EXERCISE OBJECTIVE
Lines before the one containing "#178=IFCMATERIALLAYERSET((#177),'Basic Wall:Tile - 50X150',$);" are to be left out; that line and all after it, through the end of the material below, are to be written out exactly.

EXCERPTED RECORDS
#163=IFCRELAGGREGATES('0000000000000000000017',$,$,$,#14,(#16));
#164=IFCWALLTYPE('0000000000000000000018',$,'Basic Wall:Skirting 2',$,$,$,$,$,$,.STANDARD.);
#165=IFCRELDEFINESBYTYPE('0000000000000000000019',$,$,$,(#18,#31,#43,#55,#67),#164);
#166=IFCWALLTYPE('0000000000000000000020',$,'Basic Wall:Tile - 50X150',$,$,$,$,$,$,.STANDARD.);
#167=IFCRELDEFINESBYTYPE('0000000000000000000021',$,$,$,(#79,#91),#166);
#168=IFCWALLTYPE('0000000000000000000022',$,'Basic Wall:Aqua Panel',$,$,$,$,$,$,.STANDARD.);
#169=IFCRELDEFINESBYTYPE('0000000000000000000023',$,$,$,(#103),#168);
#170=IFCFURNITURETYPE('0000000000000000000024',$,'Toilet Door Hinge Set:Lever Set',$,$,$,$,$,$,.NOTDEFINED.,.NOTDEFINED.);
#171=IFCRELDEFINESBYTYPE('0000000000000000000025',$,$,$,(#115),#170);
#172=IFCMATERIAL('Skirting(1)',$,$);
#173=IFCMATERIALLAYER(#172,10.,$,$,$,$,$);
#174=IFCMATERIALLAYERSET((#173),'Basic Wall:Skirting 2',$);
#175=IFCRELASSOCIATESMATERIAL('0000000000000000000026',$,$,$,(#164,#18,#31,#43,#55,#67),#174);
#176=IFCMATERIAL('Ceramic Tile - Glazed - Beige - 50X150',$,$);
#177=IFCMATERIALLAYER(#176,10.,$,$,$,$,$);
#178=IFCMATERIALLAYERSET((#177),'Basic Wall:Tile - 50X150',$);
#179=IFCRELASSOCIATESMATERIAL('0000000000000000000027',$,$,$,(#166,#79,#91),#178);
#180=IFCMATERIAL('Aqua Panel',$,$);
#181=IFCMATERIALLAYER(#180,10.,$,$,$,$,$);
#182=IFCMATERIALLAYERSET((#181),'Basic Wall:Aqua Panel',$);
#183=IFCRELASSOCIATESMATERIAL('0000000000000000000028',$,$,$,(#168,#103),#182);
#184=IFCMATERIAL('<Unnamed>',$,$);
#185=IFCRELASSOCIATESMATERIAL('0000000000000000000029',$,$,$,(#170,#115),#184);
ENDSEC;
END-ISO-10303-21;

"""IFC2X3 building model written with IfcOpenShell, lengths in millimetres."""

FINISHED EXERCISE
#178=IFCMATERIALLAYERSET((#177),'Basic Wall:Tile - 50X150',$);
#179=IFCRELASSOCIATESMATERIAL('0000000000000000000027',$,$,$,(#166,#79,#91),#178);
#180=IFCMATERIAL('Aqua Panel',$,$);
#181=IFCMATERIALLAYER(#180,10.,$,$,$,$,$);
#182=IFCMATERIALLAYERSET((#181),'Basic Wall:Aqua Panel',$);
#183=IFCRELASSOCIATESMATERIAL('0000000000000000000028',$,$,$,(#168,#103),#182);
#184=IFCMATERIAL('<Unnamed>',$,$);
#185=IFCRELASSOCIATESMATERIAL('0000000000000000000029',$,$,$,(#170,#115),#184);
ENDSEC;
END-ISO-10303-21;

"""IFC2X3 building model written with IfcOpenShell, lengths in millimetres."""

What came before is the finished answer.